Add attributes to tomllib.TOMLDecodeError

hukkinj1 · October 29, 2024, 10:13am

I propose giving tomllib.TOMLDecodeError the same attributes that json.JSONDecodeError has, namely: msg, doc, pos, lineno, colno.

Similar to json, tomllib currently formats error location in source document to the error message. It doesn’t, however, allow easy access to the location or unformatted error message, without failure prone parsing of the error message first. Error messages from libraries are generally geared towards developers, so user facing apps may want to show a customized error to users.

This PR demonstrates the proposed changes when applied to the Tomli backport library.

Unfortunately, this changes signature of TOMLDecodeError so breaks any users instantiating the error. Not sure why anyone would do that though? Some less breaking options are using keyword arguments, or dynamically injecting attributes after instantiation.

encukou · October 30, 2024, 10:57am

IMO, making the __init__ argument optional is the way, with the attributes defaulting to None.
That does mean users of TOMLDecodeError need to deal with the attributes being None, which means the API will still be different from JSONDecodeError.

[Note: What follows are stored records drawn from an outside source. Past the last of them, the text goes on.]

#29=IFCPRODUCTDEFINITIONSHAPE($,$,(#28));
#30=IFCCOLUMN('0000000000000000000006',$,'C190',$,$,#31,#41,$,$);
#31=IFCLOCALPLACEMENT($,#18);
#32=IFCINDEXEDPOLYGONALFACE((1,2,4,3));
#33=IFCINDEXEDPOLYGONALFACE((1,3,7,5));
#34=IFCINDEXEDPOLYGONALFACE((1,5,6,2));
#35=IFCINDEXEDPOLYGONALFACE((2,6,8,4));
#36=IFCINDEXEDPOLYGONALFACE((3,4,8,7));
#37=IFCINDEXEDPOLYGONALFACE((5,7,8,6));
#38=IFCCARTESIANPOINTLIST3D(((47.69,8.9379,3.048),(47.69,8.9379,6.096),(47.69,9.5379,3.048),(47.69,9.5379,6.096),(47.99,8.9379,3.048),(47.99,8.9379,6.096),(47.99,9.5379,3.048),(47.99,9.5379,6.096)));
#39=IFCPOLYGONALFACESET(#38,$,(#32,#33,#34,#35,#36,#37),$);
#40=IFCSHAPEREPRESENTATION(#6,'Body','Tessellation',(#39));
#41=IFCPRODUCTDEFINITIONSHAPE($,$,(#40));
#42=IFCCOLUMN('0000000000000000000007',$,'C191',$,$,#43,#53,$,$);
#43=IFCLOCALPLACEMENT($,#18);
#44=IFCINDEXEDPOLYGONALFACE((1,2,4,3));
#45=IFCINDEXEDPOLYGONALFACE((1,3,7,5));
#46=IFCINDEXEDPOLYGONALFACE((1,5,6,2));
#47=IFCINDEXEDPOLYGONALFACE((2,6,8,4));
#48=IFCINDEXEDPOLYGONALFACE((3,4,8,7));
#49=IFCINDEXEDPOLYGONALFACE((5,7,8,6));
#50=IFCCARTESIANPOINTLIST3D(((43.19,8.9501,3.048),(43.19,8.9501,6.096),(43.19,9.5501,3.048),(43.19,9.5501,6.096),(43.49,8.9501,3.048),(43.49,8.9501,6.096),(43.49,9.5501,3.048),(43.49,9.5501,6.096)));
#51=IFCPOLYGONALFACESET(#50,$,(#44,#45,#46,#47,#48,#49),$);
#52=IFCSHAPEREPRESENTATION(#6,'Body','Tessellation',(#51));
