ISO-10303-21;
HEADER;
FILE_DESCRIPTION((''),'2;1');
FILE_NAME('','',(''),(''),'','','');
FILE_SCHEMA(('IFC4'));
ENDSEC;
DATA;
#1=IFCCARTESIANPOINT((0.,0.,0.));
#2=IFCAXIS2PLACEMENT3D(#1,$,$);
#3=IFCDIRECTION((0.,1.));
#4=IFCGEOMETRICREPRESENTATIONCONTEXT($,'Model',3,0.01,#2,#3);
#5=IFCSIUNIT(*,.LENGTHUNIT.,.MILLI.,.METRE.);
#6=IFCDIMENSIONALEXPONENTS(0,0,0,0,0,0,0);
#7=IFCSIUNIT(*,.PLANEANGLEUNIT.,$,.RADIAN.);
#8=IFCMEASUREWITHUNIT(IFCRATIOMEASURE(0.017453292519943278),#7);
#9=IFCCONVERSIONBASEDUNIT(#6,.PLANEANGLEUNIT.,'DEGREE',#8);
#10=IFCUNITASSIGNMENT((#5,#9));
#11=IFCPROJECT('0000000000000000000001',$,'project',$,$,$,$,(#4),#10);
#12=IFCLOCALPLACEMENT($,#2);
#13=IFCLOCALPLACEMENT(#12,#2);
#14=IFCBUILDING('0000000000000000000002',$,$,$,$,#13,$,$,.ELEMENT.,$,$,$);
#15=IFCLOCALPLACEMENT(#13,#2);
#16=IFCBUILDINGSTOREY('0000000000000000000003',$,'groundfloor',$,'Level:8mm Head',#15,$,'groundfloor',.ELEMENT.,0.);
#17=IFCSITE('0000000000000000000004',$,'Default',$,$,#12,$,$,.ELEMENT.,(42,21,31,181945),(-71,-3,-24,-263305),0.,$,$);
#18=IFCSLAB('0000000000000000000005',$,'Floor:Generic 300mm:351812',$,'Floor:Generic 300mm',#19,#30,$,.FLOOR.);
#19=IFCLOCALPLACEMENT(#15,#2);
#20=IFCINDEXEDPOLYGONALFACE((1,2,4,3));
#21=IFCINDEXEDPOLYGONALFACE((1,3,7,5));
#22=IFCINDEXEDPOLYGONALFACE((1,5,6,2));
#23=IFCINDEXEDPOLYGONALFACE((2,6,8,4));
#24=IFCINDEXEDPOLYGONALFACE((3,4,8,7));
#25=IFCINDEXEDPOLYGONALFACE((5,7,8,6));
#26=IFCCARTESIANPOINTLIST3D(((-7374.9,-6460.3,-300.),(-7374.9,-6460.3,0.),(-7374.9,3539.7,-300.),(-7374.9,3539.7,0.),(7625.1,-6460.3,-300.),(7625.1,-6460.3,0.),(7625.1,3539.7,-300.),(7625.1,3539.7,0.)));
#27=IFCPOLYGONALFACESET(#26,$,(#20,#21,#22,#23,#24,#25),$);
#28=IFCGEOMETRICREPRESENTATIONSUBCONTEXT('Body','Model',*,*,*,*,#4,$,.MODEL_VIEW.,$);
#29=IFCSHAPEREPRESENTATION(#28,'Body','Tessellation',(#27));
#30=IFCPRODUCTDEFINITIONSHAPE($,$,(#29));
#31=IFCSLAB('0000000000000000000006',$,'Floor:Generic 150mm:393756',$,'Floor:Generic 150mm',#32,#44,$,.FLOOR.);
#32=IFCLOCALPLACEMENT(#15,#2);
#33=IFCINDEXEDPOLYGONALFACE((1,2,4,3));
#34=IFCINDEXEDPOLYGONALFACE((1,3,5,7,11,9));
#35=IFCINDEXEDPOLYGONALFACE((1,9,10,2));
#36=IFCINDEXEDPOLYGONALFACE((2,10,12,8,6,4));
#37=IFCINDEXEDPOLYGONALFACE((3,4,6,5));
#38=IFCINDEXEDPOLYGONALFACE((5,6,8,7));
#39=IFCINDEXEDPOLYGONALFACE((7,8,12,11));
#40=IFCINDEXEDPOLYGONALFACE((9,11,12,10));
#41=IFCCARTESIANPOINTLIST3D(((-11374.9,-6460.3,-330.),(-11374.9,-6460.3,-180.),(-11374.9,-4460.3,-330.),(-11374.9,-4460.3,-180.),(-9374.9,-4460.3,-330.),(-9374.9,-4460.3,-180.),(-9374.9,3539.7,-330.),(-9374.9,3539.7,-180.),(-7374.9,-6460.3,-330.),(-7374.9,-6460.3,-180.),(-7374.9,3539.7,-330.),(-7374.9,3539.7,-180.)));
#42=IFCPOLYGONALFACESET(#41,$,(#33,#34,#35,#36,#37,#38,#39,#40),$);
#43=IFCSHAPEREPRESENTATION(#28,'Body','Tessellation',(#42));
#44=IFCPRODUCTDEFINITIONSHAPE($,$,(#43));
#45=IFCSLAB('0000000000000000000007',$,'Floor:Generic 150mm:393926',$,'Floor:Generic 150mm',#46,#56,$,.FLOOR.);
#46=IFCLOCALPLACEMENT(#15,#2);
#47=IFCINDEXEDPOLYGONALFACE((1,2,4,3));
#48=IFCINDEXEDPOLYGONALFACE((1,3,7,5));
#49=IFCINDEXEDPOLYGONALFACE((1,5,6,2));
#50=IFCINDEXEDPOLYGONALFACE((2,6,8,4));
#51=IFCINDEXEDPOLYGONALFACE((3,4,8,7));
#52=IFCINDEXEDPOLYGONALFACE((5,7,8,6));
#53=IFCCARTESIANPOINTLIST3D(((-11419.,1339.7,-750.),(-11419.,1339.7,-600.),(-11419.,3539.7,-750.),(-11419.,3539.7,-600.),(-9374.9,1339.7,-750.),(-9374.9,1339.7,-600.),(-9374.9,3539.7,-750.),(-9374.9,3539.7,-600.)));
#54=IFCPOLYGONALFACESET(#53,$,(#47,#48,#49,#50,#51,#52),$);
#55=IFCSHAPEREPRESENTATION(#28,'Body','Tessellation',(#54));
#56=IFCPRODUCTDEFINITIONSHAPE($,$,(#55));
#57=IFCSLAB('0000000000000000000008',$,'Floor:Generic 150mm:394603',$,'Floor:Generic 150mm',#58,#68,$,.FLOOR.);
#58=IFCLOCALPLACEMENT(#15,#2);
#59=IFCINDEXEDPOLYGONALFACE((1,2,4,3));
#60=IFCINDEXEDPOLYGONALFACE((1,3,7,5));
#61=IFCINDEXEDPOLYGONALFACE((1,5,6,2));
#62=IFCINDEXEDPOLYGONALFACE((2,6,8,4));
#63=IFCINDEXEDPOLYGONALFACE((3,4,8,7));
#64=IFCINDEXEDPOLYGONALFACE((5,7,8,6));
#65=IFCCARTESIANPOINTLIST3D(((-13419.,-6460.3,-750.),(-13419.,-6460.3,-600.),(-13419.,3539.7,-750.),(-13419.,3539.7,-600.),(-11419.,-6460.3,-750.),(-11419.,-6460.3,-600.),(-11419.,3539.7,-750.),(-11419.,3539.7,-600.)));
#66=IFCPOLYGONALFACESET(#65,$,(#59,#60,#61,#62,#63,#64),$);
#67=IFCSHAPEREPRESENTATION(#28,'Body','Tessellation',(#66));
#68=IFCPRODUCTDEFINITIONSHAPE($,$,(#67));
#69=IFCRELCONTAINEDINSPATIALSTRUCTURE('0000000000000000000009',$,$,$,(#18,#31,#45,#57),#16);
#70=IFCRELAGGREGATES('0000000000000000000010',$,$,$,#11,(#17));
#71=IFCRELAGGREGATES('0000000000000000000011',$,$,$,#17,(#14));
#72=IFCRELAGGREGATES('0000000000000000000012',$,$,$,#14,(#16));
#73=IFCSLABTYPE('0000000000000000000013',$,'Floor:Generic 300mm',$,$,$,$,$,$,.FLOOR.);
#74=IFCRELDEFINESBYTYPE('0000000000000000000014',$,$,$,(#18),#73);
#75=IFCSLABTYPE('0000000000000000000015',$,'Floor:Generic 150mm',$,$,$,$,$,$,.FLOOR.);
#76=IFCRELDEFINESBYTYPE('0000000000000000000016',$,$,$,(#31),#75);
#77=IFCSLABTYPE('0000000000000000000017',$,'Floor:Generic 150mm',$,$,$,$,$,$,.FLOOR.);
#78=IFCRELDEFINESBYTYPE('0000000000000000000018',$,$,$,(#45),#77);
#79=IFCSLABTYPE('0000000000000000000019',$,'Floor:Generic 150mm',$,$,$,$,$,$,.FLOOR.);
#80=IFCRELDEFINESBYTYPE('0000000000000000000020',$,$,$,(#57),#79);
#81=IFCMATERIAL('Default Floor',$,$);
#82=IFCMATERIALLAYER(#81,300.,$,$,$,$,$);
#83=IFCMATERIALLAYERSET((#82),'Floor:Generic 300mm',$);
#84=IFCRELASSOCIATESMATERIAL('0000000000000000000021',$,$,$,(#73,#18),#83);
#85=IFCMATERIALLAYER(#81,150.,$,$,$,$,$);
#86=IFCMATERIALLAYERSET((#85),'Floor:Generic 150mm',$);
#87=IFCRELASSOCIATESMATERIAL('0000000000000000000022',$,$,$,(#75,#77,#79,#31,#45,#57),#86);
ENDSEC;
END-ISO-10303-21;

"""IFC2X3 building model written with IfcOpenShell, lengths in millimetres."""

from ifc_helpers import new_model, entity, si_unit, converted_unit, direction, frame, frame_2d, origin, origin_2d_with_axis, place, context, subcontext, project, spatial, polyline, rectangle, outline, extrude, material, layer, layer_set, layer_usage, type_object, element, save


model = new_model("IFC2X3")

# Units and contexts
model_context = context("Model", 3, precision=0.01, world=origin(), true_north=direction((0.0, 1.0)))
body_context = subcontext(model_context, "Body", "Model", "MODEL_VIEW")
ifc_project = project(units=[si_unit("LENGTHUNIT", "METRE", prefix="MILLI"), converted_unit("PLANEANGLEUNIT", "DEGREE", entity("IfcRatioMeasure", 0.017453292519943278), si_unit("PLANEANGLEUNIT", "RADIAN"), dimensions=[0, 0, 0, 0, 0, 0, 0])], contexts=[model_context])

# Site, building, storey
site_placement = place(None, origin())
site = spatial("IfcSite", under=ifc_project, at=site_placement, Name="Default", CompositionType="ELEMENT", RefLatitude=(42, 21, 31, 181945), RefLongitude=(-71, -3, -24, -263305), RefElevation=0.0)
building_placement = place(site_placement, origin())
building = spatial("IfcBuilding", under=site, at=building_placement, CompositionType="ELEMENT")
storey_placement = place(building_placement, origin())
storey = spatial("IfcBuildingStorey", under=building, at=storey_placement, Name="groundfloor", ObjectType="Level:8mm Head", LongName="groundfloor", CompositionType="ELEMENT", Elevation=0.0)

# Slabs
ifc_material_1 = material(Name="Default Floor")
ifc_layer_1 = layer(ifc_material_1, 300.0)
ifc_layer_set_1 = layer_set([ifc_layer_1], Name="Floor:Generic 300mm")
ifc_layer_usage_1 = layer_usage(ifc_layer_set_1, "AXIS3", "POSITIVE", 0.0)
slab_type_1 = type_object("IfcSlabType", Name="Floor:Generic 300mm", PredefinedType="FLOOR", material=ifc_layer_set_1)
slab_1_placement = place(storey_placement, origin())
element("IfcSlab", 1, at=slab_1_placement, inside=storey, type_object=slab_type_1, material=ifc_layer_usage_1, Name="Floor:Generic 300mm:351812", ObjectType="Floor:Generic 300mm", PredefinedType="FLOOR", context=body_context, shape_type="SweptSolid", body=[
    extrude(rectangle(XDim=10000.0, YDim=15000.0, at=origin_2d_with_axis()), frame((125.1, -1460.3, 0.0), z_axis=(0.0, 0.0, -1.0), x_axis=(0.0, 1.0, 0.0)), (0.0, 0.0, 1.0), 300.0),
])
ifc_layer_2 = layer(ifc_material_1, 150.0)
ifc_layer_set_2 = layer_set([ifc_layer_2], Name="Floor:Generic 150mm")
ifc_layer_usage_2 = layer_usage(ifc_layer_set_2, "AXIS3", "POSITIVE", 0.0)
slab_type_2 = type_object("IfcSlabType", Name="Floor:Generic 150mm", PredefinedType="FLOOR", material=ifc_layer_set_2)
slab_2_placement = place(storey_placement, origin())
element("IfcSlab", 2, at=slab_2_placement, inside=storey, type_object=slab_type_2, material=ifc_layer_usage_2, Name="Floor:Generic 150mm:393756", ObjectType="Floor:Generic 150mm", PredefinedType="FLOOR", context=body_context, shape_type="SweptSolid", body=[
    extrude(outline(polyline([(-4000.0, -2000.0), (-2000.0, -2000.0), (-2000.0, 0.0), (6000.0, 0.0), (6000.0, 2000.0), (-4000.0, 2000.0), (-4000.0, -2000.0)])), frame((-9374.9, -2460.3, -180.0), z_axis=(0.0, 0.0, -1.0), x_axis=(0.0, 1.0, 0.0)), (0.0, 0.0, 1.0), 150.0),
])
ifc_layer_usage_3 = layer_usage(ifc_layer_set_2, "AXIS3", "POSITIVE", 0.0)
slab_type_3 = type_object("IfcSlabType", Name="Floor:Generic 150mm", PredefinedType="FLOOR", material=ifc_layer_set_2)
slab_3_placement = place(storey_placement, origin())
element("IfcSlab", 3, at=slab_3_placement, inside=storey, type_object=slab_type_3, material=ifc_layer_usage_3, Name="Floor:Generic 150mm:393926", ObjectType="Floor:Generic 150mm", PredefinedType="FLOOR", context=body_context, shape_type="SweptSolid", body=[
    extrude(rectangle(XDim=2200.0, YDim=2044.0, at=frame_2d((0.0, 0.0), x_axis=(1.0, 0.0))), frame((-10397.0, 2439.7, -600.0), z_axis=(0.0, 0.0, -1.0), x_axis=(0.0, 1.0, 0.0)), (0.0, 0.0, 1.0), 150.0),
])
ifc_layer_usage_4 = layer_usage(ifc_layer_set_2, "AXIS3", "POSITIVE", 0.0)
slab_type_4 = type_object("IfcSlabType", Name="Floor:Generic 150mm", PredefinedType="FLOOR", material=ifc_layer_set_2)
slab_4_placement = place(storey_placement, origin())
element("IfcSlab", 4, at=slab_4_placement, inside=storey, type_object=slab_type_4, material=ifc_layer_usage_4, Name="Floor:Generic 150mm:394603", ObjectType="Floor:Generic 150mm", PredefinedType="FLOOR", context=body_context, shape_type="SweptSolid", body=[
    extrude(rectangle(XDim=10000.0, YDim=2000.0, at=frame_2d((0.0, 0.0), x_axis=(1.0, 0.0))), frame((-12419.0, -1460.3, -600.0), z_axis=(0.0, 0.0, -1.0), x_axis=(0.0, 1.0, 0.0)), (0.0, 0.0, 1.0), 150.0),
])

save(model, "model.ifc")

I don’t think that’s a huge issue, but if you think it is, it’s possible to deprecate using default values, and make the arguments required after several releases.

That’s not a good question to ask when you’re in stdlib, unfortunately. There’s more users, and if they have an issue they can’t just pin a dependency while it’s resolved.

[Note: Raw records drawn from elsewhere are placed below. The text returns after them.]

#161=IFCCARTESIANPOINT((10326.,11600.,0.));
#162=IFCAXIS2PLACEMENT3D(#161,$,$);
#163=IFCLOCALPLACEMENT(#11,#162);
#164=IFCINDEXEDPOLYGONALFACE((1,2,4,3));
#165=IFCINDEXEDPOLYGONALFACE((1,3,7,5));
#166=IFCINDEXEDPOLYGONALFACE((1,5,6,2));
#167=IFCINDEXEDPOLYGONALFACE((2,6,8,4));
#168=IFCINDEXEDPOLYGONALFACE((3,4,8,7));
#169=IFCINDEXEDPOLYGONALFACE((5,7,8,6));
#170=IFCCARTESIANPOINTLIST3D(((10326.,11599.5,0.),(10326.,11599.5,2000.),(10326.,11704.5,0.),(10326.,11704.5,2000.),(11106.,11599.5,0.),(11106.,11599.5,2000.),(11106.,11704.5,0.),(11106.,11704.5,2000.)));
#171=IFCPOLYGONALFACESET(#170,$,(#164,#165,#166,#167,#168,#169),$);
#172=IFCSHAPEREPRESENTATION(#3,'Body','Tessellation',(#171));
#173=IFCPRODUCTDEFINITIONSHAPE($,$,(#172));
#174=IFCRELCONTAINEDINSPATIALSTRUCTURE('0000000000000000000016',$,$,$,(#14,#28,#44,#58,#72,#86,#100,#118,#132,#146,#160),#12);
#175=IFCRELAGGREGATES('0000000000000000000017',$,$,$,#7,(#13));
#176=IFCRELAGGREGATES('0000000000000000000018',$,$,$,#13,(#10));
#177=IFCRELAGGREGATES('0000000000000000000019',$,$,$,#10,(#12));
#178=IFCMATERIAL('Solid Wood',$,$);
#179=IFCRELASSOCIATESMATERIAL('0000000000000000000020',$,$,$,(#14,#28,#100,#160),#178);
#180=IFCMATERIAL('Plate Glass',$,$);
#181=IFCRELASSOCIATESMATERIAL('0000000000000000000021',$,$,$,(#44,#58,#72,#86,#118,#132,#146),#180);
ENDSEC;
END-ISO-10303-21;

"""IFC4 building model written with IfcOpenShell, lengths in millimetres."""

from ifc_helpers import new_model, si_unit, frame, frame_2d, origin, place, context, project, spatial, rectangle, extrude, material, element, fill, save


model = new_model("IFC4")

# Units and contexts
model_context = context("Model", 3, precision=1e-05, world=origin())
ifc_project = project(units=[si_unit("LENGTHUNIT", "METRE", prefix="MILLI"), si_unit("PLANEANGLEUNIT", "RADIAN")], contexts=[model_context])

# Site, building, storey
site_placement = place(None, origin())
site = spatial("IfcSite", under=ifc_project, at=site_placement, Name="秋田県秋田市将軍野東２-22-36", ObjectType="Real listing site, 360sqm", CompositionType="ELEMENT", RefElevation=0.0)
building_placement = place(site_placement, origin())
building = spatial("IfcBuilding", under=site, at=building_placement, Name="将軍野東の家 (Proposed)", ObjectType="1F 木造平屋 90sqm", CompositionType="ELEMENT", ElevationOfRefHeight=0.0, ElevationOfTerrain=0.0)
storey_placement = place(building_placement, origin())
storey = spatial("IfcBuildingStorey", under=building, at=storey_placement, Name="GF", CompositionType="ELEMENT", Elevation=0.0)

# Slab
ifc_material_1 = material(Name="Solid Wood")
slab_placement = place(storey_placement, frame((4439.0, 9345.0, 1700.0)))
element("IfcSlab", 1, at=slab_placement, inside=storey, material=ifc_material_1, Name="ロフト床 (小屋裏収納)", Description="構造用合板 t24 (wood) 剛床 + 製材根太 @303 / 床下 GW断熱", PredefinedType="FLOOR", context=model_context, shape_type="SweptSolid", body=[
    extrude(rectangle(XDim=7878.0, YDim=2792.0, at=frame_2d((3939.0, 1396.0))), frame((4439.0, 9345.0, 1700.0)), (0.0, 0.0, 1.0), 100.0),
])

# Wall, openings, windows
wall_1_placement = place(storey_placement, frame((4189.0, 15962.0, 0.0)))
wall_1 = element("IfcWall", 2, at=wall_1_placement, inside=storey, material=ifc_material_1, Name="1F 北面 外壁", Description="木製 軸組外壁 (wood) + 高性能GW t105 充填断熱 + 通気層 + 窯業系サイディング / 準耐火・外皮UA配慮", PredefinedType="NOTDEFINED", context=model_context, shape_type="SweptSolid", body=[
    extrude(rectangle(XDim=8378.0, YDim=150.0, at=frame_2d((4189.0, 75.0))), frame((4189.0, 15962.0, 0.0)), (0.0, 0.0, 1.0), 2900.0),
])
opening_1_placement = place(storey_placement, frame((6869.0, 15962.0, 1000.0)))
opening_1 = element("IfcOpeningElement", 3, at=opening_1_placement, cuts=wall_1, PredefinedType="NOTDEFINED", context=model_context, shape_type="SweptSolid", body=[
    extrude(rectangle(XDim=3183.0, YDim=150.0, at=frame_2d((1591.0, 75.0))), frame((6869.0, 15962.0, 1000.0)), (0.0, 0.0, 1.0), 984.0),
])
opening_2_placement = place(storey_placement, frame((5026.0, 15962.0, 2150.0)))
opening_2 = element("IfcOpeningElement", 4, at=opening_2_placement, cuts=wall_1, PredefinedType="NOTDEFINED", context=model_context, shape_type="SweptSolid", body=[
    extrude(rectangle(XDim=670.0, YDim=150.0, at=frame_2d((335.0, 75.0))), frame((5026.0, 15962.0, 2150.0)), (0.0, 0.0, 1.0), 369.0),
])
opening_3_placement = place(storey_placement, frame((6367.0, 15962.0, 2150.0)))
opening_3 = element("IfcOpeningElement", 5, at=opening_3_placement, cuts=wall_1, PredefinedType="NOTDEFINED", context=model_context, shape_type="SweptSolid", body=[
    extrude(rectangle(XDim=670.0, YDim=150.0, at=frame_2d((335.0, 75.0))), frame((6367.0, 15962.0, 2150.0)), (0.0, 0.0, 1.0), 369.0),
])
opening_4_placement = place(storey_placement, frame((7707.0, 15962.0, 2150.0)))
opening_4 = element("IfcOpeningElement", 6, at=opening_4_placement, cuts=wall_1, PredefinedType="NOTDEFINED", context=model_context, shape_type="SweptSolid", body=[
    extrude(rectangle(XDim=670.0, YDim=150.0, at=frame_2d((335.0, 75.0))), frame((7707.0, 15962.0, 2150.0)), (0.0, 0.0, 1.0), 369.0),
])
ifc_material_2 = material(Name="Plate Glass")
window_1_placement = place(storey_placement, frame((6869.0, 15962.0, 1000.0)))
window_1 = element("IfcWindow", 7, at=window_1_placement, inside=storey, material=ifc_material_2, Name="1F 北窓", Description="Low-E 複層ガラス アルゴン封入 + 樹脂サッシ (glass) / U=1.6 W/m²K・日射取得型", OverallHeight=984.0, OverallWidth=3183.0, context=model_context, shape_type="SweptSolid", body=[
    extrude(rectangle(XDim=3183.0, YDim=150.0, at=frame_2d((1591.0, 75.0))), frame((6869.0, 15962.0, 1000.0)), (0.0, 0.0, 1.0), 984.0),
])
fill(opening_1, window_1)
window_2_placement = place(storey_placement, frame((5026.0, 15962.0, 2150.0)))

hukkinj1 · October 30, 2024, 11:12am

Thanks Petr, that makes sense!

I don’t think that’s a huge issue, but if you think it is, it’s possible to deprecate using default values, and make the arguments required after several releases.

I don’t think that’s a huge issue either, but mildly annoying in that we cannot guarantee the types are not None, even though tomllib never sets them to None. So users who type check their code will forever have to prove type checkers that the attributes are not None. I’ll gladly add in the deprecation if you think it’s acceptable.

bschubert · October 30, 2024, 12:33pm

Would it be an option to add a subclass of TOMLDecodeError with the new attributes? That way, existing code that instantiates TOMLDecodeError won’t be broken, and new code that wants to use the new attributes can check whether they all exist (and are not None) with a single isinstance check.

hukkinj1 · October 30, 2024, 12:54pm

Definitely possible, but then we need to

Come up with a name for the subclass that is likely a worse name than TOMLDecodeError
Document both exceptions in the docs. Document that loads and load always raise the subclass, and people will forever wonder why the base class exists if it’s never really used

So perhaps not as elegant in the long term.

Nineteendo · October 30, 2024, 1:20pm

We could name it TOMLSyntaxError, but that might cause problems with a future proposal of me… Adding the attributes of SyntaxError and maybe [end_]colno.

I guess it’s easiest to just add a # type: ignore comment.